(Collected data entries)
________________________
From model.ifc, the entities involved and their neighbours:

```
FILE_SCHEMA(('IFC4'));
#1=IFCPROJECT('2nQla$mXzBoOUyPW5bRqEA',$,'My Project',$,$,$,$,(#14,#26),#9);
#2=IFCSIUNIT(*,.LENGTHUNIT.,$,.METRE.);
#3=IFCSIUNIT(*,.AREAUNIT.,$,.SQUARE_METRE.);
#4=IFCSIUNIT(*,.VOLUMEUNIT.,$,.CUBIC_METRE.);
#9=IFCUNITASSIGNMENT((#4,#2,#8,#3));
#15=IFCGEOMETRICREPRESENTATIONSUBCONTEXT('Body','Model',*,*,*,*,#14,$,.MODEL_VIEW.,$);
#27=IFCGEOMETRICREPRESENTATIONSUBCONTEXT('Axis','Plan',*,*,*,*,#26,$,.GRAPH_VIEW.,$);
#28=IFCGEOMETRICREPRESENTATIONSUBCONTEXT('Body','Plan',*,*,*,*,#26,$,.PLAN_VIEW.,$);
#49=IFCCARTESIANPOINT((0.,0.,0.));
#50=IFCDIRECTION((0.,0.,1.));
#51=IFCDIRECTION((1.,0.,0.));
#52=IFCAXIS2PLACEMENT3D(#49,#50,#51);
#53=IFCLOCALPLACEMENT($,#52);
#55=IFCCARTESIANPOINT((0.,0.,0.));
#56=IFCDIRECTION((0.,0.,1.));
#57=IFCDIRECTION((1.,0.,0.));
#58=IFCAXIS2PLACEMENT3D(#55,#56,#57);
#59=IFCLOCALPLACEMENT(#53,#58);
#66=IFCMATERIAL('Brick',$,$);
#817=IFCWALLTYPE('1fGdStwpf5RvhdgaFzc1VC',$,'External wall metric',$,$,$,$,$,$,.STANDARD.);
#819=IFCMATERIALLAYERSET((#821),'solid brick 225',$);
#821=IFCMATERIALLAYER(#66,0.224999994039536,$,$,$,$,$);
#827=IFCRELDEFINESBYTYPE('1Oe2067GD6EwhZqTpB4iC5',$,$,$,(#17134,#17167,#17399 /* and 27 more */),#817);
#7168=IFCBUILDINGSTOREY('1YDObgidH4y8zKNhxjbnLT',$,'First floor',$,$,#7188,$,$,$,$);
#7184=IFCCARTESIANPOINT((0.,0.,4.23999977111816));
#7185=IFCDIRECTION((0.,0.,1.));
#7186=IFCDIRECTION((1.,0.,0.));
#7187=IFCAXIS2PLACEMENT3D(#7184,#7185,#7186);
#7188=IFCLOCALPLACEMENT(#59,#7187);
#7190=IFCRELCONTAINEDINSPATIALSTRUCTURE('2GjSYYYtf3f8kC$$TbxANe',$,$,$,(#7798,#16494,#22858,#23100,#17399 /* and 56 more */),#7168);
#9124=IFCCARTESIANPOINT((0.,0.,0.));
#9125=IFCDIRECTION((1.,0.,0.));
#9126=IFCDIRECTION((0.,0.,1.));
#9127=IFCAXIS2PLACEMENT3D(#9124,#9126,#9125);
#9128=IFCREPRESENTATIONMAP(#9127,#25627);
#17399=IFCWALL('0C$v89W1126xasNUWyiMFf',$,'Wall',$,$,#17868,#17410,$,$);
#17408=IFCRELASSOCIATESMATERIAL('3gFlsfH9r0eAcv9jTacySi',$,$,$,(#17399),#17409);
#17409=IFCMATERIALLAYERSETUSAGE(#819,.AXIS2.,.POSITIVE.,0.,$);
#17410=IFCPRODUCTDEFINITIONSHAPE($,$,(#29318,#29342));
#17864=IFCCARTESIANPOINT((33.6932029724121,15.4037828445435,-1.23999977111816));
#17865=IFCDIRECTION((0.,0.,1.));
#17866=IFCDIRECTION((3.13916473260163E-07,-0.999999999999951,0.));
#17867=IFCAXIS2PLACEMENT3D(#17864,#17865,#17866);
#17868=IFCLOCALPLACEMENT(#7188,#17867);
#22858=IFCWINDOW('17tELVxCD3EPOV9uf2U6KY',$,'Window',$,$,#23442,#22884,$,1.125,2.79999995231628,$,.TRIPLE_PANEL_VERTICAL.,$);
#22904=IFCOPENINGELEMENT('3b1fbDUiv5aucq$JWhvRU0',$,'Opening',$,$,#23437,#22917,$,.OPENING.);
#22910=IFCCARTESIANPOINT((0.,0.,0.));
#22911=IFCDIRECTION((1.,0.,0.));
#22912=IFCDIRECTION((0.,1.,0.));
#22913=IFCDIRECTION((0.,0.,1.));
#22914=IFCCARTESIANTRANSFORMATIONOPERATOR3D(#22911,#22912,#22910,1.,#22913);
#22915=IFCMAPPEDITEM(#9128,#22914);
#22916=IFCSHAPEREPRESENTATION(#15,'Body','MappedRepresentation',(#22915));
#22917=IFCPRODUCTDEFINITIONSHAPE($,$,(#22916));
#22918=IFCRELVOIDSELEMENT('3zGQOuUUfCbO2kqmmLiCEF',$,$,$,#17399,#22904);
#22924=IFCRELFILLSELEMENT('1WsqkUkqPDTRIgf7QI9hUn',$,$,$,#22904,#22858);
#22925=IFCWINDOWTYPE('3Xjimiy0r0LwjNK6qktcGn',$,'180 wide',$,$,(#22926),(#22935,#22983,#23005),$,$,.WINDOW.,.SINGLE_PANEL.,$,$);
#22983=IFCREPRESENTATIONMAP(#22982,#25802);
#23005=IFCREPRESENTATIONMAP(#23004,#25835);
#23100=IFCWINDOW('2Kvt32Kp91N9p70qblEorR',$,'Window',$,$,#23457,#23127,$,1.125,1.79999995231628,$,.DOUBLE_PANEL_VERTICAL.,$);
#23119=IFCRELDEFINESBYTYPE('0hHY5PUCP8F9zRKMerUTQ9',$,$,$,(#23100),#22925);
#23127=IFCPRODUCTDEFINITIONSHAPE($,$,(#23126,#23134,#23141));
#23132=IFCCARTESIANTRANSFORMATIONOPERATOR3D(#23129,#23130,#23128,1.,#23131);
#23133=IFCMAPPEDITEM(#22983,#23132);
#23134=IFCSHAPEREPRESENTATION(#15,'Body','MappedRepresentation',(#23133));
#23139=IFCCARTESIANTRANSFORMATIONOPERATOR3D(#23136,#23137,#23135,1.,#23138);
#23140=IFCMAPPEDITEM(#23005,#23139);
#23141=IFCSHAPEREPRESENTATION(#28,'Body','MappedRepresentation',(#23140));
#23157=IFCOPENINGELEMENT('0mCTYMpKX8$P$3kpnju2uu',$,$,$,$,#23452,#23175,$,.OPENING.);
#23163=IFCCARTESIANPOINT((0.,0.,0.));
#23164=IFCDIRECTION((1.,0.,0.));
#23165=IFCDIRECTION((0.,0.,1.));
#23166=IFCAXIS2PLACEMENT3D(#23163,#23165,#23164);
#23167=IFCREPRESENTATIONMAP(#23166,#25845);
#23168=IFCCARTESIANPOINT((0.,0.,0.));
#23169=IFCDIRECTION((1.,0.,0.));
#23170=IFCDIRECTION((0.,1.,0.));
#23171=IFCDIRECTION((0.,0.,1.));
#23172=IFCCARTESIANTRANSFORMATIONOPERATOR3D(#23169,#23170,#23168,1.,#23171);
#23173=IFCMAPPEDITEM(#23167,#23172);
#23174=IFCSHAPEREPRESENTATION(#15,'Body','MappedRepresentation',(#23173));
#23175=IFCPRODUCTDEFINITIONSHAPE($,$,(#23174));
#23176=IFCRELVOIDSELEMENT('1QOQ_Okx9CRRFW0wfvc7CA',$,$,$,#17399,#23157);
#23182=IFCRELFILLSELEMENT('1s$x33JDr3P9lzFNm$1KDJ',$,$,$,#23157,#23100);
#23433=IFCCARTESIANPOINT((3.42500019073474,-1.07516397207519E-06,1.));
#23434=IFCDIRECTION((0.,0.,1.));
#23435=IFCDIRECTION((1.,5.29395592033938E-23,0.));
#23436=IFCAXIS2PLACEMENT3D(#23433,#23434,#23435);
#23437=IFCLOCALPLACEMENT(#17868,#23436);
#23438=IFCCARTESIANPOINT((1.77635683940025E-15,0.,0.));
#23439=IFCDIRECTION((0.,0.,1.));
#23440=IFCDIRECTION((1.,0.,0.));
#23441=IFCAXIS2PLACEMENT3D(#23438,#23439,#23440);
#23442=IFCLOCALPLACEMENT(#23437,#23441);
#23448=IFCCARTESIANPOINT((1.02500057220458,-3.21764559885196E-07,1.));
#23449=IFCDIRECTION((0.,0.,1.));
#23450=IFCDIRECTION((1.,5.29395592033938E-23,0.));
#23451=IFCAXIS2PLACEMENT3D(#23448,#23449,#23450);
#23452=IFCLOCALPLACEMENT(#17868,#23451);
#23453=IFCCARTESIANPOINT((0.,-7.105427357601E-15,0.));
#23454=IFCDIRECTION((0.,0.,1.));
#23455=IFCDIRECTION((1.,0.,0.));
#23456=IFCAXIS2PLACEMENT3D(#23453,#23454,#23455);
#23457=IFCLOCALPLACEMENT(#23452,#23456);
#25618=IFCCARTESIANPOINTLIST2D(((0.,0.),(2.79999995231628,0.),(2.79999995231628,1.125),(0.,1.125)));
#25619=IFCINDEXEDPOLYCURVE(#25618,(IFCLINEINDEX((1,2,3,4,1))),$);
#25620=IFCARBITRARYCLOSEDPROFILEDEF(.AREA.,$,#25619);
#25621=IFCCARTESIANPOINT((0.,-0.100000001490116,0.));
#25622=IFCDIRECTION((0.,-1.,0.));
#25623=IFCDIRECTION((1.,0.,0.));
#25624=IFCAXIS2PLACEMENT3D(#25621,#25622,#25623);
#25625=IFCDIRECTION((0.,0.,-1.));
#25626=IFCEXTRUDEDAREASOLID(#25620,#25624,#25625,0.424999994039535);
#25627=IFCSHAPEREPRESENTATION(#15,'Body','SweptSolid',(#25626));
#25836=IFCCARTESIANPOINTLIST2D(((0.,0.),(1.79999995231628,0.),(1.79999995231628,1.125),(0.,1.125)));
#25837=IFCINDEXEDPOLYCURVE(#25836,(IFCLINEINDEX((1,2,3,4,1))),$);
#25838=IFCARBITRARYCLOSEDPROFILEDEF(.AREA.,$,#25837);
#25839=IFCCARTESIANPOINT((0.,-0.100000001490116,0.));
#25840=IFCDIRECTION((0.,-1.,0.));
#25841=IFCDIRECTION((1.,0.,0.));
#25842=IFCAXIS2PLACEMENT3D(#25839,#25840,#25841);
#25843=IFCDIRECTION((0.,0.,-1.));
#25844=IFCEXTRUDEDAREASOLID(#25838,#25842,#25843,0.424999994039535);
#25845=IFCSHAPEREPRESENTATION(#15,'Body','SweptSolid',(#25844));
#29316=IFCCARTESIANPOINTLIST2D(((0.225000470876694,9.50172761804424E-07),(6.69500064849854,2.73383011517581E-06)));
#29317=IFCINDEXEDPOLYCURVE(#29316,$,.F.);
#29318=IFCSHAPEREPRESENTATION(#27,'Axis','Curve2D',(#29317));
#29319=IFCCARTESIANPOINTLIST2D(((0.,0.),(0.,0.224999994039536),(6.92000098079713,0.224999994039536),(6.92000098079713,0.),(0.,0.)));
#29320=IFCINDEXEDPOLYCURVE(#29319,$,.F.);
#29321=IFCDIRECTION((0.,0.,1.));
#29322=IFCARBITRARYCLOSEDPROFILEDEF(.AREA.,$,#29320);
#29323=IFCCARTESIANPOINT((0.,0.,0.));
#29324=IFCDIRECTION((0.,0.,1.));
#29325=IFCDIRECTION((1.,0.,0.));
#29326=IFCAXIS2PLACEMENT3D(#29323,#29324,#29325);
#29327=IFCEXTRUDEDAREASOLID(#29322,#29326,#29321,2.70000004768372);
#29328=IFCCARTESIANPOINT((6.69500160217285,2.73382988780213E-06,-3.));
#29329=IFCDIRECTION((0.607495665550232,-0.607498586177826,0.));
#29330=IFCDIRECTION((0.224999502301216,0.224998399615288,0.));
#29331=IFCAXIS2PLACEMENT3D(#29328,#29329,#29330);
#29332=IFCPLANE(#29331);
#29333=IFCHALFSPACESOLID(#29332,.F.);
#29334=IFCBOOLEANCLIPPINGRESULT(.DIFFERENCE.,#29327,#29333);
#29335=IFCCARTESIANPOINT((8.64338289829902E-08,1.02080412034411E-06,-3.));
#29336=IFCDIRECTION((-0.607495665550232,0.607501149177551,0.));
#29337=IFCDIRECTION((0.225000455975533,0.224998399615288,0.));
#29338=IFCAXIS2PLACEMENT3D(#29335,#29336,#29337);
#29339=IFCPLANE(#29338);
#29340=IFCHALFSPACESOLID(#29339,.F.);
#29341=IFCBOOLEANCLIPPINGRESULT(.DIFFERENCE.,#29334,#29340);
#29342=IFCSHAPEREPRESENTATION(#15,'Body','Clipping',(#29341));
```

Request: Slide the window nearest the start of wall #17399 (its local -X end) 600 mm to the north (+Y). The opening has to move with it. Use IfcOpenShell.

```python
import ifcopenshell
import ifcopenshell.api.geometry
import ifcopenshell.util.placement
import ifcopenshell.util.unit

model = ifcopenshell.open("model.ifc")
unit_scale = ifcopenshell.util.unit.calculate_unit_scale(model)

window = model.by_guid("2Kvt32Kp91N9p70qblEorR")
opening = window.FillsVoids[0].RelatingOpeningElement
wall = opening.VoidsElements[0].RelatingBuildingElement

wall_matrix = ifcopenshell.util.placement.get_local_placement(wall.ObjectPlacement)
shift = wall_matrix[:3, 0] * -0.6 / unit_scale
before = ifcopenshell.util.placement.get_local_placement(window.ObjectPlacement)[:3, 3].copy()

# The window is placed relative to its opening, so it follows when the opening moves.
matrix = ifcopenshell.util.placement.get_local_placement(opening.ObjectPlacement)
matrix[:3, 3] += shift
ifcopenshell.api.geometry.edit_object_placement(
    model, product=opening, matrix=matrix, is_si=False, should_transform_children=True
)

after = ifcopenshell.util.placement.get_local_placement(window.ObjectPlacement)[:3, 3]
print("window moved by", (after - before).round(3) + 0.0)

model.write("model_updated.ifc")
```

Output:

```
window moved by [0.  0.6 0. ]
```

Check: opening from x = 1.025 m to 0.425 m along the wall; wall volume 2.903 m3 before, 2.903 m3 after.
________________________
§ The task:
Report how many lines of the data contain the word "IFCRELFILLSELEMENT", using the number alone.

§ Result of this task:
2